── DATA

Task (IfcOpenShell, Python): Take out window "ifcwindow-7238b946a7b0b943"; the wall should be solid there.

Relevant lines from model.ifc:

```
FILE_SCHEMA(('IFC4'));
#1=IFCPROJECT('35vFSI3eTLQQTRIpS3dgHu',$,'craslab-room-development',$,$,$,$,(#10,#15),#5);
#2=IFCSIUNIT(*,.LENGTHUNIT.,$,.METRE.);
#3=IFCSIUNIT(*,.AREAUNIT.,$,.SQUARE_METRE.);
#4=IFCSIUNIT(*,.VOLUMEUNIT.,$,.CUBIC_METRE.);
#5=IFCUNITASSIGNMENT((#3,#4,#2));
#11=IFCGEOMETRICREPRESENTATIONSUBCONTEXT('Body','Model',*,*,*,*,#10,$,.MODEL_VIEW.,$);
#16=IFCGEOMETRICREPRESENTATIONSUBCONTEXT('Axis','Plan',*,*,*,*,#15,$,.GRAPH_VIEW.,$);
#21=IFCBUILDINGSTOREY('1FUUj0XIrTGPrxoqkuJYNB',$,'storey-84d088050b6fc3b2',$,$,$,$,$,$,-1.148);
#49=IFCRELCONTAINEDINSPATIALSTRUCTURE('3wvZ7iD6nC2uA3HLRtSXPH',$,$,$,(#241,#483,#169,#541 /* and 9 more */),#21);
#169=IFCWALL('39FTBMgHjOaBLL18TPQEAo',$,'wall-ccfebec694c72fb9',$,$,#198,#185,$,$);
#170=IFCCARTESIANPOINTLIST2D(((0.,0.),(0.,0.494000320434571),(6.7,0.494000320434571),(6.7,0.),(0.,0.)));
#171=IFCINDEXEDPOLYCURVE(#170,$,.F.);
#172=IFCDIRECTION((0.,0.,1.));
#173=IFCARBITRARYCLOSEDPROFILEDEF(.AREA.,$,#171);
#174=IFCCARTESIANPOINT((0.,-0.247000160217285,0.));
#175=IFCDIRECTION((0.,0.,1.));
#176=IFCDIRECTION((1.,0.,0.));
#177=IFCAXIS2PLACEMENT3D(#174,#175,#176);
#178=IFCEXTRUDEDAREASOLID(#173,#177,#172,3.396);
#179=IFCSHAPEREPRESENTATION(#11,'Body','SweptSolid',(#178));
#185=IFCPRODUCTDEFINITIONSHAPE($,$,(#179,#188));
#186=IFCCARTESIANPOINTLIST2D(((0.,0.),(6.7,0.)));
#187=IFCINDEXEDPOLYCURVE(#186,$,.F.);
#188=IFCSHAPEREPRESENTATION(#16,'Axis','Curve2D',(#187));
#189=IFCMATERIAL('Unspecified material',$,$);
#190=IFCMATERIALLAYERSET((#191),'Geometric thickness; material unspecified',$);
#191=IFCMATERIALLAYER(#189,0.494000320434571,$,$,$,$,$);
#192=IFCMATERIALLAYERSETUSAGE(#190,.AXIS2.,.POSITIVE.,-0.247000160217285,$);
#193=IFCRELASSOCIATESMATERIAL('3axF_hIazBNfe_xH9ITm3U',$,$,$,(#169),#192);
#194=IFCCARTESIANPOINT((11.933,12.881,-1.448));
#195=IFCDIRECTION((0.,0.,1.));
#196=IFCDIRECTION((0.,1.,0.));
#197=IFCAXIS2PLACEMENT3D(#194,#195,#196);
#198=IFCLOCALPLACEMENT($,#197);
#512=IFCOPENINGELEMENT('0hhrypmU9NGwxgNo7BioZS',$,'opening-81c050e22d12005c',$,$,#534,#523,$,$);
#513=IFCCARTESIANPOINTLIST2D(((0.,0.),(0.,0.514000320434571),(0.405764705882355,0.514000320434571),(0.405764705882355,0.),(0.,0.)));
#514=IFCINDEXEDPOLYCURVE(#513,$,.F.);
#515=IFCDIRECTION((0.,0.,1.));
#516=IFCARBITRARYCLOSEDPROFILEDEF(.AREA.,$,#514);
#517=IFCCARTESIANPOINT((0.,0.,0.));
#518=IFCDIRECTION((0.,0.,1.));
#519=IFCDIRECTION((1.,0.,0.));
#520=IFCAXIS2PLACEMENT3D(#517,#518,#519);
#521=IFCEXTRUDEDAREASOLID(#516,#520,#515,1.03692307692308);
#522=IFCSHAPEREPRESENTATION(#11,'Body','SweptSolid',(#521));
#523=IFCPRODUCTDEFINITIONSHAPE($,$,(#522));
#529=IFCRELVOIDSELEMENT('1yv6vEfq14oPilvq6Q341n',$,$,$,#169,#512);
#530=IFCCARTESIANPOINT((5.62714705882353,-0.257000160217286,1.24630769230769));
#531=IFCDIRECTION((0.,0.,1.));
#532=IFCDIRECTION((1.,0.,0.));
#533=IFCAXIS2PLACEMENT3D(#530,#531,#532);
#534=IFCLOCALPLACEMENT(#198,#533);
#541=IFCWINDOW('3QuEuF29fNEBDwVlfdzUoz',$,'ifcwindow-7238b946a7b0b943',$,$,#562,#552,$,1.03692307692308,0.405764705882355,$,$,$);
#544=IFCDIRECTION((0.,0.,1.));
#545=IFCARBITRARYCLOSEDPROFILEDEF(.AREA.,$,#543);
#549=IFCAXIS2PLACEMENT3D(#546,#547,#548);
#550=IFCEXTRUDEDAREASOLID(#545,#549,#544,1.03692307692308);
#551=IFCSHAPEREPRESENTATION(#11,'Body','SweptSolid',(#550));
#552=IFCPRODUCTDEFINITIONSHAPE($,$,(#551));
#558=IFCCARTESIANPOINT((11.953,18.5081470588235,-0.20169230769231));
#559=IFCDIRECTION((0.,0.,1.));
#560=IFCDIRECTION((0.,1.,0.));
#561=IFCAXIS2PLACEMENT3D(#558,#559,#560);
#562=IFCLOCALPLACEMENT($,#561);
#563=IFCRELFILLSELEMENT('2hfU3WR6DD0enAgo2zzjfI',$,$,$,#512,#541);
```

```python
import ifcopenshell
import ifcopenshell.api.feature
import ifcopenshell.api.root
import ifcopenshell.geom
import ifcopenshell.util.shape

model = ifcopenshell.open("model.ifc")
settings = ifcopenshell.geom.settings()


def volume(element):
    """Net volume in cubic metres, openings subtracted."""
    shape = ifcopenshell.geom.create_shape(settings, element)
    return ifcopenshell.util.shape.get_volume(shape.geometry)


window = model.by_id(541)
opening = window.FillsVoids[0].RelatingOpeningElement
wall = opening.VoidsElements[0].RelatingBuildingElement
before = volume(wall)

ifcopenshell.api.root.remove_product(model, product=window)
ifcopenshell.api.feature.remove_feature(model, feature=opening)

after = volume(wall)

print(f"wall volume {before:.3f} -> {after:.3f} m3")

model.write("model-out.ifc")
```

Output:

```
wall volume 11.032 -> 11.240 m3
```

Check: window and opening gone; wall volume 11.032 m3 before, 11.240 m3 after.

────
── DATA

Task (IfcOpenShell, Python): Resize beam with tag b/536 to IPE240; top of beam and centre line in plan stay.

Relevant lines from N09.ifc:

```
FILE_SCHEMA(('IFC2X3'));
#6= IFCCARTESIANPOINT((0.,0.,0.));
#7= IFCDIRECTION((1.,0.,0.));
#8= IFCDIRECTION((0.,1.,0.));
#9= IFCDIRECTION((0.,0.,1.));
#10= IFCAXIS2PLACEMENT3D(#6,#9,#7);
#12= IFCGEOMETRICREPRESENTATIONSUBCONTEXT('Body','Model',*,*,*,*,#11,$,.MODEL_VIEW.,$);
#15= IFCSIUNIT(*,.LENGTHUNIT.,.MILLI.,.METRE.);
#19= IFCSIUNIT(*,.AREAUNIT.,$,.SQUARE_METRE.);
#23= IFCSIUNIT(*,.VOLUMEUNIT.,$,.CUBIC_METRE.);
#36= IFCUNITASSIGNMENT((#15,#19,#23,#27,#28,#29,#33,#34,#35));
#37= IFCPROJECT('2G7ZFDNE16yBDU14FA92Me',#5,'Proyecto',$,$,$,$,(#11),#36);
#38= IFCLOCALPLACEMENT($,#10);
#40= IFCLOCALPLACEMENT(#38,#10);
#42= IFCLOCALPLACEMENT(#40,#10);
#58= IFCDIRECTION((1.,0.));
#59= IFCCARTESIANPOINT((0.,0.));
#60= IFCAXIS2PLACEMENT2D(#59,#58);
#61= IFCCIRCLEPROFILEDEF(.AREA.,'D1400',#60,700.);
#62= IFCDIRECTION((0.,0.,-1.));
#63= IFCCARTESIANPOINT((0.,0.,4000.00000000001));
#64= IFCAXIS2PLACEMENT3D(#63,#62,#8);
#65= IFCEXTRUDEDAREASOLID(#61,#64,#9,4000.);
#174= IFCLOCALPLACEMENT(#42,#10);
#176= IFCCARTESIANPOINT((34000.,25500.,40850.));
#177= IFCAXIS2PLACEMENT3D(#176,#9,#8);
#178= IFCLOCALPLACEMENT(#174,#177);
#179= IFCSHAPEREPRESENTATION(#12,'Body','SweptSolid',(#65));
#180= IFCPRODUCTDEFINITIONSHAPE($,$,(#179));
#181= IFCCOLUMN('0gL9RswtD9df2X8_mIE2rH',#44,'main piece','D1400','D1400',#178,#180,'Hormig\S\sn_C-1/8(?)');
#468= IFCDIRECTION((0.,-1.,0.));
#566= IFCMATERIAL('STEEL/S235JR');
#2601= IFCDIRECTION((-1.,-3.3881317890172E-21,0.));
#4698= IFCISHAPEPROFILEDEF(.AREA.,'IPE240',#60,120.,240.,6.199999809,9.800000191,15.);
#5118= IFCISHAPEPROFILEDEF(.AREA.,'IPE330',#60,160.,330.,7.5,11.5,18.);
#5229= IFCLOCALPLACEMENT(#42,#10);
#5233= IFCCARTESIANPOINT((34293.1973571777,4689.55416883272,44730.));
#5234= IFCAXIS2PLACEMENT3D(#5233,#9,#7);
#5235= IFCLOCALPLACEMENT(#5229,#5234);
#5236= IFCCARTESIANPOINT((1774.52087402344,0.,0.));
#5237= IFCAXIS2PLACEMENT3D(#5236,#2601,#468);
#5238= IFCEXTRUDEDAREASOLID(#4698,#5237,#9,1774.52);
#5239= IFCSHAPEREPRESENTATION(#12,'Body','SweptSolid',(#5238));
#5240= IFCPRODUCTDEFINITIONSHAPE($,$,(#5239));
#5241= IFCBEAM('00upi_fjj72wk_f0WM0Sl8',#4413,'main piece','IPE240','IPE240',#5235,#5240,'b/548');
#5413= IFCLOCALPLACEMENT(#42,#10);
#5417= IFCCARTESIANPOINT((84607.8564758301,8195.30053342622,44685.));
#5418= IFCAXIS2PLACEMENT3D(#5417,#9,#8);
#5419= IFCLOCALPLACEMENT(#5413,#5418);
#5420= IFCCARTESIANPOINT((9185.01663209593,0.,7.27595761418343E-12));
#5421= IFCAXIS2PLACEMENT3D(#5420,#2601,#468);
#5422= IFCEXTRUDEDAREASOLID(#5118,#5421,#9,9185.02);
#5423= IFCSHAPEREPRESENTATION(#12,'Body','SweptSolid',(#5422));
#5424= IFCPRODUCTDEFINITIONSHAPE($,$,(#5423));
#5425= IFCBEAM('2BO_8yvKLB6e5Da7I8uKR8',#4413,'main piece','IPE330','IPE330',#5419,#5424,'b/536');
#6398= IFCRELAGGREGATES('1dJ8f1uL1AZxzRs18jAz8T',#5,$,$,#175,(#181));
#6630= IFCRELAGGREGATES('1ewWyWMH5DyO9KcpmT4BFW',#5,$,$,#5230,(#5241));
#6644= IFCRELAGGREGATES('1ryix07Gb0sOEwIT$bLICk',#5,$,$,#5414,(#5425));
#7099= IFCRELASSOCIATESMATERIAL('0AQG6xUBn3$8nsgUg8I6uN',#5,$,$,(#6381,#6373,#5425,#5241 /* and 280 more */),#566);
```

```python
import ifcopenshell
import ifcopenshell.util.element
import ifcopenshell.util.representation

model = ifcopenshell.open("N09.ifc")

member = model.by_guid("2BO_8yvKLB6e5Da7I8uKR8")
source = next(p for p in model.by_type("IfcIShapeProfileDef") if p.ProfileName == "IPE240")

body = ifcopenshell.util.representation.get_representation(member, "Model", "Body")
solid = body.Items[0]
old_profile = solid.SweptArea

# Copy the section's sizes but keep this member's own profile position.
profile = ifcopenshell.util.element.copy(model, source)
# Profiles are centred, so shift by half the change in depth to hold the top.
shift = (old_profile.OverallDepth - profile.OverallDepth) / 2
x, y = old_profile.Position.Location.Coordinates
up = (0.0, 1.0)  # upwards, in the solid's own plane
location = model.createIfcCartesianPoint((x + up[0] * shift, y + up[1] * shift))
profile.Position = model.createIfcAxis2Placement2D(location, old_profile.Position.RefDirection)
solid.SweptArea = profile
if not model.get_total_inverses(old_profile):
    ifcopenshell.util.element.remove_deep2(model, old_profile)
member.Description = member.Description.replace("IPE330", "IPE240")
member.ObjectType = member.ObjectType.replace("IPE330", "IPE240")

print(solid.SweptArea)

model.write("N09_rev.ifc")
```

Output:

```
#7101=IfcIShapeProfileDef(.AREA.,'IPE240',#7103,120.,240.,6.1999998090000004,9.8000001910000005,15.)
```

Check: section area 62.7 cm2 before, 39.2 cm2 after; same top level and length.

────

*EXERCISE*.
List all lines in the material containing the string "Task".

*REPLY TO THE EXERCISE*.
Task (IfcOpenShell, Python): Take out window "ifcwindow-7238b946a7b0b943"; the wall should be solid there.
Task (IfcOpenShell, Python): Resize beam with tag b/536 to IPE240; top of beam and centre line in plan stay.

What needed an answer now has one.